Medical University Department, Division of General Internal and Emergency Medicine, Kantonsspital Aarau, Aarau, Switzerland; Medical Faculty of the University of Basel, Switzerland.
Medical University Department, Division of General Internal and Emergency Medicine, Kantonsspital Aarau, Aarau, Switzerland.
Nutrition. 2021 Sep;89:111279. doi: 10.1016/j.nut.2021.111279. Epub 2021 Apr 22.
Malnutrition is highly prevalent in patients with aging-related vulnerability defined by very old age (≥80 y), physical frailty or cognitive impairment, and increases the risks for morbidity and mortality. The effects of individualized nutritional support for patients with aging-related vulnerability in the acute hospital setting on mortality and other clinical outcomes remains understudied.
For this secondary analysis of the randomized-controlled Effect of Early Nutritional Support on Frailty, Functional Outcomes, and Recovery of Malnourished Medical Inpatients Trial (EFFORT), we analyzed data of patients at a nutritional risk (Nutritional Risk Screening 2002 score ≥3 points) with aging-related vulnerability, randomized to receive protocol-guided individualized nutritional support to reach specific protein and energy goals (intervention group) or routine hospital food (control group). The primary endpoint was all-cause 30-d mortality.
Of the 881 patients with aging-related vulnerability, 23.4% presented with a frailty syndrome, 81.8% were age ≥80 y and 15.3% showed cognitive impairment. Patients with aging-related vulnerability receiving individualized nutritional support compared with routine hospital food showed a >50% reduction in the risk of 30-day mortality (60 of 442 [13.6%] versus 31 of 439 [7.1%]; odds ratio: 0.48; 95% confidence interval, 0.31-0.76; P = 0.002). Significant improvements were also found for long-term mortality at 180 days, as well as functional outcomes and quality of life measures.
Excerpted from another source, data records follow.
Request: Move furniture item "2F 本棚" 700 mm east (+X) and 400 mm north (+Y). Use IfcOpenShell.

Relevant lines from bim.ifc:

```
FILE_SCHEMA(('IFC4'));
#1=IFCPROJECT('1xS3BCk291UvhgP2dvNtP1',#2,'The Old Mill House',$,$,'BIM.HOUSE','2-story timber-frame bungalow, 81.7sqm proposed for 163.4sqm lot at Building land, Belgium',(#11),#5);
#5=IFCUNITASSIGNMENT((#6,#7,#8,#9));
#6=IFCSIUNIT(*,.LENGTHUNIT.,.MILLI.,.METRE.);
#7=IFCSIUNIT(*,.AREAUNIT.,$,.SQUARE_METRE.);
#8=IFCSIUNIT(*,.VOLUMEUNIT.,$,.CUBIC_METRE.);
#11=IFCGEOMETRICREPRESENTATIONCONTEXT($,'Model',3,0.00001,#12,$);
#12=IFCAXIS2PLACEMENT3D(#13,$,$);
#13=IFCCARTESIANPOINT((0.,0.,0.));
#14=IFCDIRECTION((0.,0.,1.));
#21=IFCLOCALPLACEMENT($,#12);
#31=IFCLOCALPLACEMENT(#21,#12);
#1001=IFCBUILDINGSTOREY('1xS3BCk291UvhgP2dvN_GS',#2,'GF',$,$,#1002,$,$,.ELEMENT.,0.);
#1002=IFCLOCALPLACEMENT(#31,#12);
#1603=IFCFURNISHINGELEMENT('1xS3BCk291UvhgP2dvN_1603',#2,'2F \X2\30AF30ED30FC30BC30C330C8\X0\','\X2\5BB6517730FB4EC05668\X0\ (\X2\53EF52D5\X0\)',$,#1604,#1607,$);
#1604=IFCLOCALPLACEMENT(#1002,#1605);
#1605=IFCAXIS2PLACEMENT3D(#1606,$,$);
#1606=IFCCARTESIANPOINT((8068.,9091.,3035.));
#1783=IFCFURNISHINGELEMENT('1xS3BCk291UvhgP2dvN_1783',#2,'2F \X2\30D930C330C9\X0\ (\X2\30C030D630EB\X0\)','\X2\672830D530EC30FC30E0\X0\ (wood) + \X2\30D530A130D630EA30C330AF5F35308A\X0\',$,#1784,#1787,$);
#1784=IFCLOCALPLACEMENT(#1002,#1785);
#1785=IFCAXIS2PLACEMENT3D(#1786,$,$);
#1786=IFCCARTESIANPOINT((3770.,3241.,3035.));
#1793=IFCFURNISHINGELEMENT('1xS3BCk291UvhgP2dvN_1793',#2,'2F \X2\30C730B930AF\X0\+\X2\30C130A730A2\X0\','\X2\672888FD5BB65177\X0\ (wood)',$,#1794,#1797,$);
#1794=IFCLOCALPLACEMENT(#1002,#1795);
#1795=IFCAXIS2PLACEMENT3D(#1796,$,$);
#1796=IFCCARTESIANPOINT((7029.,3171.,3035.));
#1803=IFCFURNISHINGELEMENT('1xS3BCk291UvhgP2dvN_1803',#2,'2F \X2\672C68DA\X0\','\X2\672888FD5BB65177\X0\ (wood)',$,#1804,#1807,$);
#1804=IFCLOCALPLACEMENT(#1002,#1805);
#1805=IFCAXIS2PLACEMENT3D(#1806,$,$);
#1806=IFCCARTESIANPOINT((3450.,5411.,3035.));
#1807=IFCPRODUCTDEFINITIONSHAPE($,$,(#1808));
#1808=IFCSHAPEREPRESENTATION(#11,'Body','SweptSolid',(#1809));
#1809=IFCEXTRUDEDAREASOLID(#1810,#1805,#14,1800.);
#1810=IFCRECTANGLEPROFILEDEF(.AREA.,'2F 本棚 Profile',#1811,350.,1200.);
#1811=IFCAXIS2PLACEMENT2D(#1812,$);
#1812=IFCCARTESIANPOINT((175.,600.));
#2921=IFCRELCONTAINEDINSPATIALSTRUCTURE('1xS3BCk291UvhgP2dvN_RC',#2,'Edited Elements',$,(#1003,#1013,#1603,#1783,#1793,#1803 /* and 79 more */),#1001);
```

```python
import ifcopenshell
import ifcopenshell.api.geometry
import ifcopenshell.util.placement
import ifcopenshell.util.unit

model = ifcopenshell.open("bim.ifc")
unit_scale = ifcopenshell.util.unit.calculate_unit_scale(model)

item = model.by_guid("1xS3BCk291UvhgP2dvN_1803")
matrix = ifcopenshell.util.placement.get_local_placement(item.ObjectPlacement)
matrix[0, 3] += 0.7 / unit_scale
matrix[1, 3] += 0.4 / unit_scale
ifcopenshell.api.geometry.edit_object_placement(model, product=item, matrix=matrix, is_si=False)

print(ifcopenshell.util.placement.get_local_placement(item.ObjectPlacement).round(3) + 0.0)

model.write("bim_edited.ifc")
```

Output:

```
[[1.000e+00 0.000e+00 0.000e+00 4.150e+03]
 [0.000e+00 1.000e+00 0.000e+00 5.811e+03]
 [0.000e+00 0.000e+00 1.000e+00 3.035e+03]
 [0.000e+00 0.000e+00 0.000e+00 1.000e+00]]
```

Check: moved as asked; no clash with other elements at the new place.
Malnourished patients with aging-related vulnerability show a significant and clinically relevant reduction in the risk of mortality and other adverse clinical outcomes after individualized in-hospital nutritional support compared to routine hospital nutrition. These data support the early screening of patients with aging-related vulnerability for nutritional risk, followed by a nutritional assessment and implementation of individualized nutritional interventions.
营养不良在与衰老相关的脆弱性患者中非常普遍,这些患者的特征包括非常高龄(≥80 岁)、身体虚弱或认知障碍,并且增加了发病和死亡的风险。在急性医院环境中,针对与衰老相关的脆弱性患者进行个体化营养支持对死亡率和其他临床结局的影响仍研究不足。
本研究是对随机对照的早期营养支持对衰弱、功能结局和营养不良的医疗住院患者康复的影响(EFFORT)试验的二次分析,我们分析了存在营养风险(营养风险筛查 2002 评分≥3 分)且具有与衰老相关的脆弱性的患者的数据,这些患者被随机分配接受基于方案的个体化营养支持,以达到特定的蛋白质和能量目标(干预组)或常规医院饮食(对照组)。主要终点是全因 30 天死亡率。
在 881 名具有与衰老相关的脆弱性的患者中,23.4%存在衰弱综合征,81.8%年龄≥80 岁,15.3%存在认知障碍。与常规医院饮食相比,接受个体化营养支持的具有与衰老相关的脆弱性的患者,30 天死亡率的风险降低了 50%以上(442 例中的 60 例[13.6%]与 439 例中的 31 例[7.1%];优势比:0.48;95%置信区间,0.31-0.76;P=0.002)。在 180 天时的长期死亡率以及功能结局和生活质量测量方面也发现了显著改善。
与常规医院营养相比,具有与衰老相关的脆弱性的营养不良患者接受个体化院内营养支持后,死亡率和其他不良临床结局的风险显著降低,且具有临床相关性。这些数据支持对与衰老相关的脆弱性患者进行早期营养风险筛查,随后进行营养评估和个体化营养干预措施的实施。